> Task item
In the listing below, print exactly the lines between the line holding "#147=IFCINDEXEDPOLYGONALFACE((1,2,4,3));" and the line holding "#154=IFCINDEXEDPOLYGONALFACE((9,11,12,10));", inclusive, and no more.

> Records for this exercise
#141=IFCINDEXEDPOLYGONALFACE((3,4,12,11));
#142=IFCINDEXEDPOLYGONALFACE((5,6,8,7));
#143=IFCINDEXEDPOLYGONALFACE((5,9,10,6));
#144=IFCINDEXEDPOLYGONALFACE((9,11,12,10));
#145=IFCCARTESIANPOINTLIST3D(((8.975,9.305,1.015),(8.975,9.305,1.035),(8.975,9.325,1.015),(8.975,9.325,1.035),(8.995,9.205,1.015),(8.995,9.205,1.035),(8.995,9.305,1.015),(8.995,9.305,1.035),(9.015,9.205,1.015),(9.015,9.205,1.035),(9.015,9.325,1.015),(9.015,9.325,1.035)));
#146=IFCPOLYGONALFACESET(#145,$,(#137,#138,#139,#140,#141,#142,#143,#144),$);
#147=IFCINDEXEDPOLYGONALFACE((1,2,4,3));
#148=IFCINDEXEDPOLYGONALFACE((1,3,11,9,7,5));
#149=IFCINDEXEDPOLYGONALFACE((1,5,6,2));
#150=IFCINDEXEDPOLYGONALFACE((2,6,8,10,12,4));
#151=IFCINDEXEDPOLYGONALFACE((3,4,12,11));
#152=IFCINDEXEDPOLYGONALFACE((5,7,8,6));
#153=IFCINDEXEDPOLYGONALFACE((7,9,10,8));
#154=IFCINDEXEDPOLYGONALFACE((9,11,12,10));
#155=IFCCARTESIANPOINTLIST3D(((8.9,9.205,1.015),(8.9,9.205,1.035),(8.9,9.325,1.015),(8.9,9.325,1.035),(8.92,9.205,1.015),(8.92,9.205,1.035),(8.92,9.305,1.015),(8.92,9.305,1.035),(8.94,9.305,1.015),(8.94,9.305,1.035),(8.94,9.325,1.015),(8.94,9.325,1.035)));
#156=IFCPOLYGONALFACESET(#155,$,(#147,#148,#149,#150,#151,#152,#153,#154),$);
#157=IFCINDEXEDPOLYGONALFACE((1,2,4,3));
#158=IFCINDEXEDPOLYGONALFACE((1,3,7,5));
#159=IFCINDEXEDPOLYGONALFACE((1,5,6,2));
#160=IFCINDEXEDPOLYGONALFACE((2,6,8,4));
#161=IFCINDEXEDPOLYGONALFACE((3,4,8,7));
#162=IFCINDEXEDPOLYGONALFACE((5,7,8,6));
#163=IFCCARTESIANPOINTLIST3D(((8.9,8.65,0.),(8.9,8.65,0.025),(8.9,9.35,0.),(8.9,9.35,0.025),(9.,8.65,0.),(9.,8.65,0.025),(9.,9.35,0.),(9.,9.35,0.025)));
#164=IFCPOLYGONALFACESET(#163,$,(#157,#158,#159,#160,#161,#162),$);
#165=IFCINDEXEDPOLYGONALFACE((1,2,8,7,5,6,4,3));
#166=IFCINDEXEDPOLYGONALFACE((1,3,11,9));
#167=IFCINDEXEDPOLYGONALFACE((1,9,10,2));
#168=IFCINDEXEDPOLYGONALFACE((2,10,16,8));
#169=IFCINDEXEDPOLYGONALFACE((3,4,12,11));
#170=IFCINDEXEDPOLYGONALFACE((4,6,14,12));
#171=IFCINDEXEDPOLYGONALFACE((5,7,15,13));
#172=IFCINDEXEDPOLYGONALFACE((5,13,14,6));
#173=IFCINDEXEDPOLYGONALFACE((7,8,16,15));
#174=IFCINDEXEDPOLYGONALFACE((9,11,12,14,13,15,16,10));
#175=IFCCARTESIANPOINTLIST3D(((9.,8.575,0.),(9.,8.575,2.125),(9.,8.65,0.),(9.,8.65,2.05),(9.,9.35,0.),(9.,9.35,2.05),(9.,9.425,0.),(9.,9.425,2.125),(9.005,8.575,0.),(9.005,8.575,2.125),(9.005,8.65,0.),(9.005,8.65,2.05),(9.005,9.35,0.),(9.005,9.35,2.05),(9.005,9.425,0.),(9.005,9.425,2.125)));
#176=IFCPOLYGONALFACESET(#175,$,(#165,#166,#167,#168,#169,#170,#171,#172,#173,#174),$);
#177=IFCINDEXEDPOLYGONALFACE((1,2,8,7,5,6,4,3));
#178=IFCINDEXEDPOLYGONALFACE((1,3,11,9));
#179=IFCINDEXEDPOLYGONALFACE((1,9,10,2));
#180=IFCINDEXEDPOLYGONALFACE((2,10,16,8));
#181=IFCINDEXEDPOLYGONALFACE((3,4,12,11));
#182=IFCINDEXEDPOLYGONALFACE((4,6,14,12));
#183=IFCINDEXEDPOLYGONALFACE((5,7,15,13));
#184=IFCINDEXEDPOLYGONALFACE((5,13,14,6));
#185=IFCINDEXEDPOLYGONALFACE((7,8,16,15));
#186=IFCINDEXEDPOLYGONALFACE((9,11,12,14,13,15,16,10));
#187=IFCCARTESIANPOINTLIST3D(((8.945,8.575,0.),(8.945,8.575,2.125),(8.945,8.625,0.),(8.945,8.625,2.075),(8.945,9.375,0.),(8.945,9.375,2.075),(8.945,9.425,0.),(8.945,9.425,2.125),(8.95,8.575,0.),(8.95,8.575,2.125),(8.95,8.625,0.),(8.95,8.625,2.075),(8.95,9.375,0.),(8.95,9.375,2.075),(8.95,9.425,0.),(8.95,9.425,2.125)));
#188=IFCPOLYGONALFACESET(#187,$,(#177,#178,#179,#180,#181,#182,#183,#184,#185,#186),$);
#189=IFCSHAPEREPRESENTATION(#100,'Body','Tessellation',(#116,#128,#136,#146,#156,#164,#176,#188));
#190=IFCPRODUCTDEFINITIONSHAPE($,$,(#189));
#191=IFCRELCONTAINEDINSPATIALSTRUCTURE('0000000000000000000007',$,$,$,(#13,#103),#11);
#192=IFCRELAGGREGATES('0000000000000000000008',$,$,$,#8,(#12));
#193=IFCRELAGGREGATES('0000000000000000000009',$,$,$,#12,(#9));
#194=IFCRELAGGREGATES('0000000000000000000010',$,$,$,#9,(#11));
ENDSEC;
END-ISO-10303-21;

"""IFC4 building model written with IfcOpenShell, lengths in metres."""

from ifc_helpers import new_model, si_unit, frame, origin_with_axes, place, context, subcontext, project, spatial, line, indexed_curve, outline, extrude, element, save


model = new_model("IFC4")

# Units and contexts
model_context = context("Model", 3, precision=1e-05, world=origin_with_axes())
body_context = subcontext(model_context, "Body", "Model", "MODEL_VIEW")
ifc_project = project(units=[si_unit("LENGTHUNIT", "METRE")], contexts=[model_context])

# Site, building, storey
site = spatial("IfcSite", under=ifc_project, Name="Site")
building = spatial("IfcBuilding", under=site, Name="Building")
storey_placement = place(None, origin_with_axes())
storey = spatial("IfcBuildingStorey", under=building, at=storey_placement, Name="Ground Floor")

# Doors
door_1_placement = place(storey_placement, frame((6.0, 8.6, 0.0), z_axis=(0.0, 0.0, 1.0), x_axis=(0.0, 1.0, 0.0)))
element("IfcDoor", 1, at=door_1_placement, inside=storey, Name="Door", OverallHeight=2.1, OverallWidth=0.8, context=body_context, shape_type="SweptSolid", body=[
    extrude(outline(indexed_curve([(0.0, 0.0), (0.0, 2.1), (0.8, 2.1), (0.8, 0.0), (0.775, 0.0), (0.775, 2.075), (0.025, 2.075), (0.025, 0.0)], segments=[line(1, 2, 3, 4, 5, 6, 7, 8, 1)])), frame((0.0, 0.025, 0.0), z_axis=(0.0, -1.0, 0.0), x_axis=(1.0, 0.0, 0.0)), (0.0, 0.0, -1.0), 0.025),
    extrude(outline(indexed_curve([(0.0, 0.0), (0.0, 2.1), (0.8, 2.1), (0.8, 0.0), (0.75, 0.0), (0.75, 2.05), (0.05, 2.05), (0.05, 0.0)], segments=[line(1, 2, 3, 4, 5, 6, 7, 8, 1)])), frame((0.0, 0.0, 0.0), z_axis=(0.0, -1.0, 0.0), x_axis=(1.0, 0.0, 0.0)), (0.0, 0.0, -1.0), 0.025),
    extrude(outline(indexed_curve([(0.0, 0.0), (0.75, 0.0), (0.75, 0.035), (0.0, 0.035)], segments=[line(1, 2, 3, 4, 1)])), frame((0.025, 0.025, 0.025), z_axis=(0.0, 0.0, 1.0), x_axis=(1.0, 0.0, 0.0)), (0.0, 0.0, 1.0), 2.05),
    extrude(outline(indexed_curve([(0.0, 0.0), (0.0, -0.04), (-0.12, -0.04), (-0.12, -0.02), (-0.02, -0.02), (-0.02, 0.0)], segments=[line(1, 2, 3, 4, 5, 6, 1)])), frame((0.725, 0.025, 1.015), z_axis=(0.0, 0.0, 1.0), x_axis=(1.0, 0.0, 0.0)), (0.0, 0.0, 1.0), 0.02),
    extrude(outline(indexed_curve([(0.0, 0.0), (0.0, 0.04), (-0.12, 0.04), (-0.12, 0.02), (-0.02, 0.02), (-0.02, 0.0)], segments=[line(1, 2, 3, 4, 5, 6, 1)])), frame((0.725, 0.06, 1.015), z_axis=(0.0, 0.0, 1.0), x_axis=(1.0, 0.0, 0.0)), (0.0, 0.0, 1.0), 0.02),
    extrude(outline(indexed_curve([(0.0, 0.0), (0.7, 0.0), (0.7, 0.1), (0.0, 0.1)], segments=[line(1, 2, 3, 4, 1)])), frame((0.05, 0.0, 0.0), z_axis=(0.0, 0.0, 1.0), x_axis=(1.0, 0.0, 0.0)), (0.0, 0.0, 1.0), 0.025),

> Response to this exercise
#147=IFCINDEXEDPOLYGONALFACE((1,2,4,3));
#148=IFCINDEXEDPOLYGONALFACE((1,3,11,9,7,5));
#149=IFCINDEXEDPOLYGONALFACE((1,5,6,2));
#150=IFCINDEXEDPOLYGONALFACE((2,6,8,10,12,4));
#151=IFCINDEXEDPOLYGONALFACE((3,4,12,11));
#152=IFCINDEXEDPOLYGONALFACE((5,7,8,6));
#153=IFCINDEXEDPOLYGONALFACE((7,9,10,8));
#154=IFCINDEXEDPOLYGONALFACE((9,11,12,10));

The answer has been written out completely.